Good article. I've implemented Boyer-Moore several times and it's ridiculously fast on typical English text, especially with long search strings.

I haven't implemented KMP but I might try after reading this.

  • rurban 14 days ago

    KMP is so slow, it's not worth it. https://rurban.github.io/smart/results/all/englishTexts.html

    BM beats it easily, not talking about the best two-way search algorithms, as implemented in musl.

    Usually Thierry Lecroqs site has all the graphical descriptions of string search algos, just the latest are missing. https://www-igm.univ-mlv.fr/~lecroq/string/index.html

    • klabb3 14 days ago

      That’s funny. I remember the wake up after doing all the complexity analysis and such of academia, that once you’re engineering for performance, it’s often very different from theory. For instance, a lot of heap-allocations and the resulting memory fragmentation can really tank performance on real hardware. Naive linked lists for instance, is a good example of something that looks super useful in CS class, but turns out is quite niche in practice, and also quite differently implemented.

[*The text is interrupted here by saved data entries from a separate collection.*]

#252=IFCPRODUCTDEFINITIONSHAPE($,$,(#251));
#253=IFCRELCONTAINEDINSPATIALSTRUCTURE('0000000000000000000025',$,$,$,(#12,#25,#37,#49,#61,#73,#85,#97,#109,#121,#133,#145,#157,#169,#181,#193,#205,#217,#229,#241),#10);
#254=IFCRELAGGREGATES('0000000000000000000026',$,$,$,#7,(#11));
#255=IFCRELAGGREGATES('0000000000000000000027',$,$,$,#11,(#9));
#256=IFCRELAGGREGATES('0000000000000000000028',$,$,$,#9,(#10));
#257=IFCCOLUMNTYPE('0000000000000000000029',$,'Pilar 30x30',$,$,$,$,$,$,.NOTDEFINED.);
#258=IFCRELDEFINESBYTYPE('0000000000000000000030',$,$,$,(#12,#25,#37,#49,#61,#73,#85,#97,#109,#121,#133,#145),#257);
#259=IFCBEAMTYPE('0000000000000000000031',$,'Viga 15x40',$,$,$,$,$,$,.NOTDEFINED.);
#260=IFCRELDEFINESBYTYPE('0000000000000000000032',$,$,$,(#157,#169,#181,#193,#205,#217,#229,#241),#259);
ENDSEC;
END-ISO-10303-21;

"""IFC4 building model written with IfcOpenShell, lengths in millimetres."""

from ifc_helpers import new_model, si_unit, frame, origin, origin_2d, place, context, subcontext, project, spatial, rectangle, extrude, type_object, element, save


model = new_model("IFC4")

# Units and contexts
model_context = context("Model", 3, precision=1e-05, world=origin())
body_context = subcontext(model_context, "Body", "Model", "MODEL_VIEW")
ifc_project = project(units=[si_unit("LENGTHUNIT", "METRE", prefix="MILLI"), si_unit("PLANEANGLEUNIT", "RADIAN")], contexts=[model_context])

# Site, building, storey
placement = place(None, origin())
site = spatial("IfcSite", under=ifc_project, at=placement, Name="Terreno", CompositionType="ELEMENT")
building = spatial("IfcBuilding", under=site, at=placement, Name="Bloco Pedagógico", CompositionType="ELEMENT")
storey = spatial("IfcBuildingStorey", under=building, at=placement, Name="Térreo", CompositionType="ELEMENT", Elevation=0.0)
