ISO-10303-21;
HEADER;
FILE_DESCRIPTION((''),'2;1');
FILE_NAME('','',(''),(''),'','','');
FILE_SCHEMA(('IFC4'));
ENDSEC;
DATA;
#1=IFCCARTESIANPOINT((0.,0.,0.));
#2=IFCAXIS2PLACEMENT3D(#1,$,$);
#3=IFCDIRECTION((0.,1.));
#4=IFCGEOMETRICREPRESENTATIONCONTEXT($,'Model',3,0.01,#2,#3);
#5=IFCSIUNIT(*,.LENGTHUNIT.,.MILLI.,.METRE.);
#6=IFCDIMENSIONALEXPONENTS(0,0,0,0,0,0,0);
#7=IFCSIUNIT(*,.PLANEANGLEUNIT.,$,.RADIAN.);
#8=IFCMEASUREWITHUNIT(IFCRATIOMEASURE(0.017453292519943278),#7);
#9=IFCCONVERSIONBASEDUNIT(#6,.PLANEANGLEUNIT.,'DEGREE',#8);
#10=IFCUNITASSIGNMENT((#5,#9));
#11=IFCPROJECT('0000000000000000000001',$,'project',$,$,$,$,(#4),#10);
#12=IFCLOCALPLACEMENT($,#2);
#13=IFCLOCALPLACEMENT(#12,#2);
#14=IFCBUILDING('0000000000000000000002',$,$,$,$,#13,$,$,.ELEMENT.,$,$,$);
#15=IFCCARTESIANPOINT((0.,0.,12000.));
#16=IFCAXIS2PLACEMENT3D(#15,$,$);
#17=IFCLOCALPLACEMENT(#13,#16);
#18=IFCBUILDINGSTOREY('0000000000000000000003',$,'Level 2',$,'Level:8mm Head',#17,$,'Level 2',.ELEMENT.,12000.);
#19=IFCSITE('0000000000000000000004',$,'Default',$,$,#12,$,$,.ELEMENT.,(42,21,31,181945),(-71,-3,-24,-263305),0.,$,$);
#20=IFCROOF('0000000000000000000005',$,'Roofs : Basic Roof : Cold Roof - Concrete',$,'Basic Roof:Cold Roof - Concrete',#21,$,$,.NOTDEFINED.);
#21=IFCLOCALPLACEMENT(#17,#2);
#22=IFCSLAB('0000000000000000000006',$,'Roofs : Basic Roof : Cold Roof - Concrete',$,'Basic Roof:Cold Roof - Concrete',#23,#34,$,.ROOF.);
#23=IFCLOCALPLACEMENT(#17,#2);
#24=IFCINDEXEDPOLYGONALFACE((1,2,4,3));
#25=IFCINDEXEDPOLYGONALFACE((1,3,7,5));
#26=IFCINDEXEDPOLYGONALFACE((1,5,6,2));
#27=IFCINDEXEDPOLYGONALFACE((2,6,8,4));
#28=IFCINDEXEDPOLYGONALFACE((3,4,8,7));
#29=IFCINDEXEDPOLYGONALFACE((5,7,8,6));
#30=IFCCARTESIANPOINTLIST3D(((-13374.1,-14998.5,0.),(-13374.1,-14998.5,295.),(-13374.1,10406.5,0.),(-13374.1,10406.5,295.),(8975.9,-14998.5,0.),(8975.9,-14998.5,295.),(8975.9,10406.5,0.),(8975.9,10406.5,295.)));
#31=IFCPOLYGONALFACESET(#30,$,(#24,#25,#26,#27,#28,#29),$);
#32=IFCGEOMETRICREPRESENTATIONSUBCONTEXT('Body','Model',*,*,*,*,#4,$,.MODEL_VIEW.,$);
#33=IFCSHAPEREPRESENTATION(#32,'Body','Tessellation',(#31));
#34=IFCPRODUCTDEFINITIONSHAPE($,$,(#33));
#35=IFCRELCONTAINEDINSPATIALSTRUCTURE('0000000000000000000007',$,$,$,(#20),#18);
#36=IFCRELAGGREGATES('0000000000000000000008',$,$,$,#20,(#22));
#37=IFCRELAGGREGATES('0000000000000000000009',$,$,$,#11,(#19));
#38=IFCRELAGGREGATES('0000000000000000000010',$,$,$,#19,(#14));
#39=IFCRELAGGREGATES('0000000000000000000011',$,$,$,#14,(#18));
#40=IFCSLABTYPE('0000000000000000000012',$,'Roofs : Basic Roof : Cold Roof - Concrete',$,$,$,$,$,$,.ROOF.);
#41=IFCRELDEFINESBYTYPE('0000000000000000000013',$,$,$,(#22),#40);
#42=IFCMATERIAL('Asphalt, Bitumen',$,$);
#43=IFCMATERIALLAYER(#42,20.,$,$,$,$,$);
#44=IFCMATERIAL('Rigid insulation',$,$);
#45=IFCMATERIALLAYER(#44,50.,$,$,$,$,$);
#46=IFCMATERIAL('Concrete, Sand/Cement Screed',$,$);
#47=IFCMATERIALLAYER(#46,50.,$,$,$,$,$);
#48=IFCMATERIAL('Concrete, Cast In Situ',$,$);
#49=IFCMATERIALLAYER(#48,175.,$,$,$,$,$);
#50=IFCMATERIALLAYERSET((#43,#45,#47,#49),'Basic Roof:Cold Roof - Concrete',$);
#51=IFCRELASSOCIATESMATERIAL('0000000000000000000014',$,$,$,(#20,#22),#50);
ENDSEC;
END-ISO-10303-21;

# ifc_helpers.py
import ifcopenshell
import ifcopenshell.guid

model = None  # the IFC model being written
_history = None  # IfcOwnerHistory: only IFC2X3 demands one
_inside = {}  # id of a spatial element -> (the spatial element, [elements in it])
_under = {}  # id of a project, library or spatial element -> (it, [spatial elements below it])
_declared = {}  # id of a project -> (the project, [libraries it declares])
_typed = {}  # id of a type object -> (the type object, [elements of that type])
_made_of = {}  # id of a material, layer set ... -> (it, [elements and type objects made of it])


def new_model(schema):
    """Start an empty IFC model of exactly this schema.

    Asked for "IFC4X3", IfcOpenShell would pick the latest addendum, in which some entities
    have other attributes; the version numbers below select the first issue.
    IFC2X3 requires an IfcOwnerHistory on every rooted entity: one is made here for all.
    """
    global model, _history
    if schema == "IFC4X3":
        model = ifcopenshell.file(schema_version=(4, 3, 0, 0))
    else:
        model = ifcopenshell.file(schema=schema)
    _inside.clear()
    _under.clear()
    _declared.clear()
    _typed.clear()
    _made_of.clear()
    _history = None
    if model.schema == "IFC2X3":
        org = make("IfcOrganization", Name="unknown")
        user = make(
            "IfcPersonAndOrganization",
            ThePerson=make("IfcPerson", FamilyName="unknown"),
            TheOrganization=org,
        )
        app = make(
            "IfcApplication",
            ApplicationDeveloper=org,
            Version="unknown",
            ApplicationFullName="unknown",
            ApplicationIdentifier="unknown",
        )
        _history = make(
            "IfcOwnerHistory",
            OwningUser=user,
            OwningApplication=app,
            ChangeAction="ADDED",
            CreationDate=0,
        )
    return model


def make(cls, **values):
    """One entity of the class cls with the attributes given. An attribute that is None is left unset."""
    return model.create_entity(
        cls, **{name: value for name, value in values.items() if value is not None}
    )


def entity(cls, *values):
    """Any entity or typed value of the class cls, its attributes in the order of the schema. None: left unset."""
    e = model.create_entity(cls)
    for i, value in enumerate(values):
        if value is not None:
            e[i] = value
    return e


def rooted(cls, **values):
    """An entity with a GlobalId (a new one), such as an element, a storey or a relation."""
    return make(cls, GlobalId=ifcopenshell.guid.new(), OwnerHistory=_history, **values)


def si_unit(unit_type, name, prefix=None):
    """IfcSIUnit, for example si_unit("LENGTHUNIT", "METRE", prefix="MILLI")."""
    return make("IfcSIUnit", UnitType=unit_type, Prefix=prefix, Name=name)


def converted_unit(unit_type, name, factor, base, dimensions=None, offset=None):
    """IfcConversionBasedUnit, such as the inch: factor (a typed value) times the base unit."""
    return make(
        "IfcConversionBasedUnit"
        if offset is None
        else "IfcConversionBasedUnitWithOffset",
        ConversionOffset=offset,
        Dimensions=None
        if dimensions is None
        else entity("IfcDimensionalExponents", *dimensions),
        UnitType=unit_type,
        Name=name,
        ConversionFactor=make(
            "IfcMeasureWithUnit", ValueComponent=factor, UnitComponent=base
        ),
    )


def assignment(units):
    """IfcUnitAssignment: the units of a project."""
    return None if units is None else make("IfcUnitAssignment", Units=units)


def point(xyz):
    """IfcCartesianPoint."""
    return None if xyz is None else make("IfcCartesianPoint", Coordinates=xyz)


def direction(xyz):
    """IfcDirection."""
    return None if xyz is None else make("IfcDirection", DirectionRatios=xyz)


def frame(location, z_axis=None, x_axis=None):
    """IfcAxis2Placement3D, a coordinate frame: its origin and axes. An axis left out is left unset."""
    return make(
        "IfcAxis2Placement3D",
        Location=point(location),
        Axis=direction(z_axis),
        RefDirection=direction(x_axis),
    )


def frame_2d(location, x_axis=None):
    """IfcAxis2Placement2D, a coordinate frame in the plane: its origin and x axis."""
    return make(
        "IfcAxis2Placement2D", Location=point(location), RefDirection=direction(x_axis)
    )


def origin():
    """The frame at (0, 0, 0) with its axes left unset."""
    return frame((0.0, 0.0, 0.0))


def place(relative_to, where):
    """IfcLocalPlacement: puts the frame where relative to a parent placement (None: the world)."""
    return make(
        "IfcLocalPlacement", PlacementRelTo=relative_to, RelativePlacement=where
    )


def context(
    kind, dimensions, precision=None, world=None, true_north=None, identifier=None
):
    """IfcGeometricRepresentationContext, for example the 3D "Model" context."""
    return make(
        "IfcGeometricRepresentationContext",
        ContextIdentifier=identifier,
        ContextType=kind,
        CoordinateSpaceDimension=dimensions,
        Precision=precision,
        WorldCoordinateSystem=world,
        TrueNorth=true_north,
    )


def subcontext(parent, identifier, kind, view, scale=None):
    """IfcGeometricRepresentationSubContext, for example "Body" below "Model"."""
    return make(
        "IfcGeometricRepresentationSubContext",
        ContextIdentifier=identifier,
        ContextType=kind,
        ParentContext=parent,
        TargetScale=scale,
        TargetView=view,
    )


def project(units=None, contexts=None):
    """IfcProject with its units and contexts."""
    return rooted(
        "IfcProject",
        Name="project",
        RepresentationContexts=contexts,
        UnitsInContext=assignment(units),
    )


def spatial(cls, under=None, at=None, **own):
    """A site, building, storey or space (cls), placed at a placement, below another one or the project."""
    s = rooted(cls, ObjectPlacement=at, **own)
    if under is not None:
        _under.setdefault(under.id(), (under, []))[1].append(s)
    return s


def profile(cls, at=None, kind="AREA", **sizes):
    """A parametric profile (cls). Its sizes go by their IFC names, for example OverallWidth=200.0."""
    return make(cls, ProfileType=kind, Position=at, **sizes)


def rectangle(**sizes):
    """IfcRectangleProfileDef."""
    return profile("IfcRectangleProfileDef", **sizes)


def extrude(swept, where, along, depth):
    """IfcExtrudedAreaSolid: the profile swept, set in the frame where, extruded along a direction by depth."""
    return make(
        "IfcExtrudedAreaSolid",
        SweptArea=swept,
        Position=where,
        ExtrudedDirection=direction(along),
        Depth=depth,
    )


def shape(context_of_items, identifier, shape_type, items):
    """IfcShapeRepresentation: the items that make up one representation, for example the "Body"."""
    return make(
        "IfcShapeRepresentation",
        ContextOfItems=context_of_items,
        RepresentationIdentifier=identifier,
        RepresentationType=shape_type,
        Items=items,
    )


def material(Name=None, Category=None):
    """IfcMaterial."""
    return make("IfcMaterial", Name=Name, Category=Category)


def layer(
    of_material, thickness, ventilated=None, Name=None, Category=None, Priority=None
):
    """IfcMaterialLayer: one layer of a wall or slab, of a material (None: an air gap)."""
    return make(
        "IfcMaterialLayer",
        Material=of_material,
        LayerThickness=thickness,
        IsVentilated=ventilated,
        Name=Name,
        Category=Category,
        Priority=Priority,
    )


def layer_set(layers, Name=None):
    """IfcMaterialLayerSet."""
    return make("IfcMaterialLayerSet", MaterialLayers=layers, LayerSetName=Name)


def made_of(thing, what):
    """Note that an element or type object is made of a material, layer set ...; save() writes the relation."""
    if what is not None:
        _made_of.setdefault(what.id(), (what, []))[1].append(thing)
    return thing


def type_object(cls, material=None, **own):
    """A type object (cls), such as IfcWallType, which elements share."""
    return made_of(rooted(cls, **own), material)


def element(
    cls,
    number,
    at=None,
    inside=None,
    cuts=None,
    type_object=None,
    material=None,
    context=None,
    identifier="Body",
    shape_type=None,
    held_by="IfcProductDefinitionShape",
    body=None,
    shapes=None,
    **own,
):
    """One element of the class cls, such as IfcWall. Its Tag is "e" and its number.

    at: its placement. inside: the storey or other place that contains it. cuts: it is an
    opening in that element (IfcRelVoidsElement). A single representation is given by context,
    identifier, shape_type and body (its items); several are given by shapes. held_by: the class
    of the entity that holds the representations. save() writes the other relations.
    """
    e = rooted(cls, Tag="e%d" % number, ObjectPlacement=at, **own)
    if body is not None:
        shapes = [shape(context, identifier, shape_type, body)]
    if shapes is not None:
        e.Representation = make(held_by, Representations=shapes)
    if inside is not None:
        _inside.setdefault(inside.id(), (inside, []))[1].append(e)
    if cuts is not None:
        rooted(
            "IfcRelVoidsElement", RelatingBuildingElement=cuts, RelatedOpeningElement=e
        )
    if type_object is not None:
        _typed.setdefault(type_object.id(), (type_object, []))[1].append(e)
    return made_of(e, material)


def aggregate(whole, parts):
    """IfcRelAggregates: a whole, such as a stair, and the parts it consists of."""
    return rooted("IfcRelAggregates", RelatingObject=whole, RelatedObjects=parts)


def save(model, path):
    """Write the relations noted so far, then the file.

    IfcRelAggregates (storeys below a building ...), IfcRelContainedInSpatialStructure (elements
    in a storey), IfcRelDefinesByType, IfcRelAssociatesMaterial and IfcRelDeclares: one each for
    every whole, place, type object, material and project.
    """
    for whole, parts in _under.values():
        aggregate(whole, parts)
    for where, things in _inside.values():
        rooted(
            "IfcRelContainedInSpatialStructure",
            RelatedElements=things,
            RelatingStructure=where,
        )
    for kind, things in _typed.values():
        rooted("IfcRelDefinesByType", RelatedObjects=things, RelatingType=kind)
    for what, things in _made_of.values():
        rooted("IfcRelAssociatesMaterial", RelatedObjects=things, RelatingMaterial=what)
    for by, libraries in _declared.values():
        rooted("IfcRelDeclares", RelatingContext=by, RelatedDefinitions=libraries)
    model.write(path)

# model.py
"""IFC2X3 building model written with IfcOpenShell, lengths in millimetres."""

from ifc_helpers import new_model, entity, si_unit, converted_unit, direction, frame, frame_2d, origin, place, context, subcontext, project, spatial, rectangle, extrude, material, layer, layer_set, type_object, element, aggregate, save


model = new_model("IFC2X3")

# Units and contexts
model_context = context("Model", 3, precision=0.01, world=origin(), true_north=direction((0.0, 1.0)))
body_context = subcontext(model_context, "Body", "Model", "MODEL_VIEW")
ifc_project = project(units=[si_unit("LENGTHUNIT", "METRE", prefix="MILLI"), converted_unit("PLANEANGLEUNIT", "DEGREE", entity("IfcRatioMeasure", 0.017453292519943278), si_unit("PLANEANGLEUNIT", "RADIAN"), dimensions=[0, 0, 0, 0, 0, 0, 0])], contexts=[model_context])

# Site, building, storey
site_placement = place(None, origin())
site = spatial("IfcSite", under=ifc_project, at=site_placement, Name="Default", CompositionType="ELEMENT", RefLatitude=(42, 21, 31, 181945), RefLongitude=(-71, -3, -24, -263305), RefElevation=0.0)
building_placement = place(site_placement, origin())
building = spatial("IfcBuilding", under=site, at=building_placement, CompositionType="ELEMENT")
storey_placement = place(building_placement, frame((0.0, 0.0, 12000.0)))
storey = spatial("IfcBuildingStorey", under=building, at=storey_placement, Name="Level 2", ObjectType="Level:8mm Head", LongName="Level 2", CompositionType="ELEMENT", Elevation=12000.0)

# Roof, slab
ifc_material_1 = material(Name="Asphalt, Bitumen")
ifc_layer_1 = layer(ifc_material_1, 20.0)
ifc_material_2 = material(Name="Rigid insulation")
ifc_layer_2 = layer(ifc_material_2, 50.0)
ifc_material_3 = material(Name="Concrete, Sand/Cement Screed")
ifc_layer_3 = layer(ifc_material_3, 50.0)
ifc_material_4 = material(Name="Concrete, Cast In Situ")
ifc_layer_4 = layer(ifc_material_4, 175.0)
ifc_layer_set = layer_set([ifc_layer_1, ifc_layer_2, ifc_layer_3, ifc_layer_4], Name="Basic Roof:Cold Roof - Concrete")
roof_placement = place(storey_placement, frame((-13374.1, -14998.5, 0.0)))
roof = element("IfcRoof", 1, at=roof_placement, inside=storey, material=ifc_layer_set, Name="Roofs : Basic Roof : Cold Roof - Concrete", ObjectType="Basic Roof:Cold Roof - Concrete", ShapeType="NOTDEFINED")
slab_type = type_object("IfcSlabType", Name="Roofs : Basic Roof : Cold Roof - Concrete", PredefinedType="ROOF")
slab_placement = place(roof_placement, origin())
slab = element("IfcSlab", 2, at=slab_placement, type_object=slab_type, material=ifc_layer_set, Name="Roofs : Basic Roof : Cold Roof - Concrete", ObjectType="Basic Roof:Cold Roof - Concrete", PredefinedType="ROOF", context=body_context, shape_type="SweptSolid", body=[
    extrude(rectangle(XDim=22350.0, YDim=25405.0, at=frame_2d((0.0, 0.0), x_axis=(1.0, 0.0))), frame((11175.0, 12702.5, 0.0)), (0.0, 0.0, 1.0), 295.0),
])
aggregate(roof, [slab])

save(model, "model.ifc")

      • taeric 13 days ago

        To be fair, it is largely the Big O analysis that is very different. And that is easily understood as a case of Goodhart's Law. It remains a good way of comparing the growth of algorithms, of course; but a full analysis would include more than only the top end growth numbers.

mrbonner 13 days ago

And some interviewers ask us to come up with it in a 45-minute coding session!

amelius 13 days ago

What's the fastest known algorithm?

And for these related problems:

- fastest regexp search

- fastest search, matching minimum edit distance

  • burntsushi 13 days ago

    https://github.com/BurntSushi/rebar

    For regex, you can't really distill it down to one single fastest algorithm.

    It's somewhat similar even for substring search. But certainly, the fastest algorithms are going to be the ones that make use of SIMD in some way.

rugina 14 days ago

We, humankind managed to get a good optimisation for this problem by using spaces between words. When trying these algorithms for searching a word in a string of text, I was surprised how little they could improve vs just skipping to the next word.

  • dwallin 12 days ago

    I think you would be surprised about how much of a performance hit that would be over existing state of the art. The thing you are missing is that the human visual system evaluates existence of spaces in parallel, a single threaded algorithm would need to check every character to see if it's a space, in addition to checking the letters of the search string. Also that fails to generalize to languages without spaces, search strings with spaces, etc.

    Also if you look at algorithms like Boyer-Moore, they effectively DO skip spaces, but do so in a manner that is language / content agnostic. (https://www-igm.univ-mlv.fr/~lecroq/string/node14.html)

  • jrpelkonen 14 days ago

    By “improving” you mean changing the problem definition: Word search is a completely different problem.

mehulashah 14 days ago

Sounds like I’m learning Haskell soon.